The rural, isolated, poor, frontier region of Intibucá is very unfamiliar to our four guests from Tegucigalpa. You might say that it presents as more foreign to them than it would have even to us when we first arrived. But they have all come with a spirit of openness, acceptance, and generosity. They capture on video the commitment to service in Pinares where Virginia Commonwealth University and Fairfax Family Practice Centers are holding their two week medical brigade. After a morning and afternoon of videotaping there, we drive south toward Concepcion where our guests will stay with us in our home there. It is clear that Mario doesn’t believe me when I tell him that three minutes after leaving Pinares we’ll run out of pavement. When we begin bumping up and down, navigating the trenches where rain has eroded the road, he asks how far to Concepcion. “Maybe ten miles, but it will take us about an hour.” Mario works with the Central American Bank. The Central American Bank subsidized the paving of this road. According to their records, it’s been paved all the way to Camasca. He will register an official complaint report. But our going is slow, not only because of the road, but also because every five minutes or so, Aeden and Jan yell to stop the car. They grab their equipment and jump out of the car. They take beautiful shots of the expansive terrain, the majestic mountains, and the awe it inspires. I take this road too often. I no longer recognize the breathtaking views or the bumpy drive.
In Concepcion we all settle into our home. There is a lot more space and rooms, but we’re short a mattress. Mario disappears for a short time, and, unbeknownst to us, borrows a mattress from our neighbors. We tell the boys there is always water at night, but we often lose it for a few hours in the morning. They take no heed to our warning. In the morning, as they take their bucket showers, Laura and I are holding back our laughter as we watch them throwing cold water from our pila onto their bodies. So energetic and enthusiastic, so bright and ready to take on the world. With the medium of video, they will make art, their free expression to inspire.
We head to Camasca and the bilingual school. Here, they are recording a view of hope. The parents send their children to our school with a great hope of something new, of achievement, of a better day. I can’t help think about those expansive, limitless views of the mountains from yesterday. Ironic, here where boundless beauty is so easily witnessed in nature, the constraints of poverty are so clear. Poverty limits experience, limits the horizon. Aeden films Juan Carlos and Keilyn, two cousins who live two-hundred meters below the town proper. They don’t have much, but they do have a climb up a great hill every morning. It’s a rugged climb and I feel some shame for my self pity that the road I travel is not paved. The path Juan Carlos and Keilyn take is one with carved footholds into a slate, rock face. They climb, we climb, we film, we record, and this is hope. It springs upon us when we reach the summit, an opening appears. Then we’re at the school.

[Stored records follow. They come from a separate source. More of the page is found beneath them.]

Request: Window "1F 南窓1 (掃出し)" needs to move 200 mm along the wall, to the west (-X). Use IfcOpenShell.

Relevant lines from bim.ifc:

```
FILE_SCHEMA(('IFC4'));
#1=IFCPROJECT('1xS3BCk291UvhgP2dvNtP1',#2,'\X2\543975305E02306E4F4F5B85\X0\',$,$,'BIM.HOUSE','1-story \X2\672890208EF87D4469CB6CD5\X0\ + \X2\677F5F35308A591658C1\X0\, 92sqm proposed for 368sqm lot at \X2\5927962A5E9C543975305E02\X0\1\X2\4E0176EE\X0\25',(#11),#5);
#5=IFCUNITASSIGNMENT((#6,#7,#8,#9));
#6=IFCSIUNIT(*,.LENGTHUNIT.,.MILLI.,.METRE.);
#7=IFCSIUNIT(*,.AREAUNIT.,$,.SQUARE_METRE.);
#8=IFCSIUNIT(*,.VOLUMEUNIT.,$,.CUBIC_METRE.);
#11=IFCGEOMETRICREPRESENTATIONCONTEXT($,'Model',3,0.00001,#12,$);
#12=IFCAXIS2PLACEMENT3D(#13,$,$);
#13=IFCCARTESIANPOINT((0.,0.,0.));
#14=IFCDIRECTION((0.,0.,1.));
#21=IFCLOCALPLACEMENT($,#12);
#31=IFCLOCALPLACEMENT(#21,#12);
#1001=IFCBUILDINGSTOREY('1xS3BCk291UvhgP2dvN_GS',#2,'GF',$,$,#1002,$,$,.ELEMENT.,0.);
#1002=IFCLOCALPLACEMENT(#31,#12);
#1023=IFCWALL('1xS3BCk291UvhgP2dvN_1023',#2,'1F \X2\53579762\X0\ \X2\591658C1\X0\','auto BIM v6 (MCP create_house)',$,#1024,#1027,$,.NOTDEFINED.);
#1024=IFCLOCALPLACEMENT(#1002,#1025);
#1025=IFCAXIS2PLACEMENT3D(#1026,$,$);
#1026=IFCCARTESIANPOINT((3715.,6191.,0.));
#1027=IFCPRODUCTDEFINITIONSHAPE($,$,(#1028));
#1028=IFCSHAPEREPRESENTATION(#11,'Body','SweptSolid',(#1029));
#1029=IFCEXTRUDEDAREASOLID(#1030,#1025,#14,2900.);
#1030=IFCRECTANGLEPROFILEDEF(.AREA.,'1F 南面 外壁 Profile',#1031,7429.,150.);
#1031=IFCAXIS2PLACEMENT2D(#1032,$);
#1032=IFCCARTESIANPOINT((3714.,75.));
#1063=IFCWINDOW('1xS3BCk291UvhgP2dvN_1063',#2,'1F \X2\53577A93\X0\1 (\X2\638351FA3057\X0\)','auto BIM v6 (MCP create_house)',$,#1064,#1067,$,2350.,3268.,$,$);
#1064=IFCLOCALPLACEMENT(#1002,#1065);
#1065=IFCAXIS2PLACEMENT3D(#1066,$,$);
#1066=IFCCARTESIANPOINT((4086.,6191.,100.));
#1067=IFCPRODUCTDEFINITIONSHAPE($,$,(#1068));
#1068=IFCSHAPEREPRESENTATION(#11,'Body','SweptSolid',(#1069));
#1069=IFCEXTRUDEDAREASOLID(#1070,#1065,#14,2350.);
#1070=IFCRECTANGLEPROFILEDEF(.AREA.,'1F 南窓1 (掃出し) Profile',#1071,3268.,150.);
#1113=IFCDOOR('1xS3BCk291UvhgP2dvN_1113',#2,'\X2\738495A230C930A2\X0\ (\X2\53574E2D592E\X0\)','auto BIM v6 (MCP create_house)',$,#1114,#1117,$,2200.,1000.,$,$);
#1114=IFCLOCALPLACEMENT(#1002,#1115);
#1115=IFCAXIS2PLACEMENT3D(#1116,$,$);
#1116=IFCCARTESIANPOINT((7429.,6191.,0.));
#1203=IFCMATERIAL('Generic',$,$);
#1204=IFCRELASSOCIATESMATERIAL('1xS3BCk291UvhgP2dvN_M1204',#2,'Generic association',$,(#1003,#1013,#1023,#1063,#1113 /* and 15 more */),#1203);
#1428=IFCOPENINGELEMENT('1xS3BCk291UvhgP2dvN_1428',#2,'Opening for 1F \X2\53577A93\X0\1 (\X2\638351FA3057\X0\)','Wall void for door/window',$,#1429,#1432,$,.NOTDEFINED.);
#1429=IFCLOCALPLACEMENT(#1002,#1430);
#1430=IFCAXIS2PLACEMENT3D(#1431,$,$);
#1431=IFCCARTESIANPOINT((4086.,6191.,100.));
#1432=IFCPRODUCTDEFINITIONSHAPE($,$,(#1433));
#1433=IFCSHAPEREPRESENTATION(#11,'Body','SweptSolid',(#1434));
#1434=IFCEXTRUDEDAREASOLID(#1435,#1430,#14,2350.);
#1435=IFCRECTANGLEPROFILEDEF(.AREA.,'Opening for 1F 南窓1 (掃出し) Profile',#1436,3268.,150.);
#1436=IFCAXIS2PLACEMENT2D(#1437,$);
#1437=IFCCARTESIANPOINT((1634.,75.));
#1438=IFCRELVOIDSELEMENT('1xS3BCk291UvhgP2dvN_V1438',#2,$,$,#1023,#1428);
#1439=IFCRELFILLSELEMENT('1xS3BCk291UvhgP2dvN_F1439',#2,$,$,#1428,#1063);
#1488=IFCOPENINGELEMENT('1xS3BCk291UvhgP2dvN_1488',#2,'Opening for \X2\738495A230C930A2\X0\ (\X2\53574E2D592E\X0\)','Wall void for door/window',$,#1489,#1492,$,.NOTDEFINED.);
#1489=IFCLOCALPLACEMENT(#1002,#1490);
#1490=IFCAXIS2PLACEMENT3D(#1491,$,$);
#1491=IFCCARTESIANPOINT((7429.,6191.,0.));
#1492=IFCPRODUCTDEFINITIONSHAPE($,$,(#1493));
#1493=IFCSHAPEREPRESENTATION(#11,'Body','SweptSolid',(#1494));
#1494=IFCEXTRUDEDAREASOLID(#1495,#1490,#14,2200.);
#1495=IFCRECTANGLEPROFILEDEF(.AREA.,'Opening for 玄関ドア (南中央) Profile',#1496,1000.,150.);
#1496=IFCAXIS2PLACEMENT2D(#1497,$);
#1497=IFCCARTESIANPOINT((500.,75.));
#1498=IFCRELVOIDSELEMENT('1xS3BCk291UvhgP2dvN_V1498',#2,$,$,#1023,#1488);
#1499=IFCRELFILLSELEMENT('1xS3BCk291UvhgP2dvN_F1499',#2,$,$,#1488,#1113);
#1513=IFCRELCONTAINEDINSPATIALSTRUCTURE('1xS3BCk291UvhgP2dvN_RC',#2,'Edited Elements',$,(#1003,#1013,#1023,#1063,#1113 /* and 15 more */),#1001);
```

```python
import ifcopenshell
import ifcopenshell.api.geometry
import ifcopenshell.util.placement
import ifcopenshell.util.unit

model = ifcopenshell.open("bim.ifc")
unit_scale = ifcopenshell.util.unit.calculate_unit_scale(model)

window = model.by_guid("1xS3BCk291UvhgP2dvN_1063")
opening = window.FillsVoids[0].RelatingOpeningElement
wall = opening.VoidsElements[0].RelatingBuildingElement

wall_matrix = ifcopenshell.util.placement.get_local_placement(wall.ObjectPlacement)
shift = wall_matrix[:3, 0] * -0.2 / unit_scale
before = ifcopenshell.util.placement.get_local_placement(window.ObjectPlacement)[:3, 3].copy()

# The window is not placed relative to its opening, so move both.
for product in (opening, window):
    matrix = ifcopenshell.util.placement.get_local_placement(product.ObjectPlacement)
    matrix[:3, 3] += shift
    ifcopenshell.api.geometry.edit_object_placement(model, product=product, matrix=matrix, is_si=False)

after = ifcopenshell.util.placement.get_local_placement(window.ObjectPlacement)[:3, 3]
print("window moved by", (after - before).round(3) + 0.0)

model.write("bim-out.ifc")
```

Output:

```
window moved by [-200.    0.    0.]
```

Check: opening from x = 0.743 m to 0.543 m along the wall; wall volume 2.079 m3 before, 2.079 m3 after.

Some of us have been given much, some of us, little. But all of us have rutted roads to travel, and all of us can gaze upon the expansive beauty of our world. Can not all of us then pattern hope? We can remember and record. We can share. It is not so important from where we start our journeys, but the integrity of the journey is the clear testament of hope.
A Child's Valuable Lesson
His name is Valentino (yes just like the bygone, heart throb, movie idol). These days, he’s hanging out with the second graders at the Good Shepherd Bilingual School. He’s only six and the other children in the second grade classroom are seven or eight. But he’s tall for his age, his English is excellent, and so in many ways he fits right in. He’s energetic, very outgoing, and makes friends easily, both among his peers and adults. He’s at ease in this environment, even though it is not the one in which he was born and raised. He’s from Ohio and he’s only been in Honduras for three to four months. He gives pause to any adult looking on because he sticks out like a sore thumb. His fair hair and eyes, his Mohawk haircut, his height, and other subtle characteristics give him away as not from here. But he doesn’t know and doesn’t care. He likes it here. The other children flock around him. Perhaps we might want to think he has a magnetic personality. He does, I think, but the reason he attracts playmates and friends has little to do with his personality. He’s different, and as much as he wants to learn about them, they want to learn about him. Every day is a new adventure of discovery and fun.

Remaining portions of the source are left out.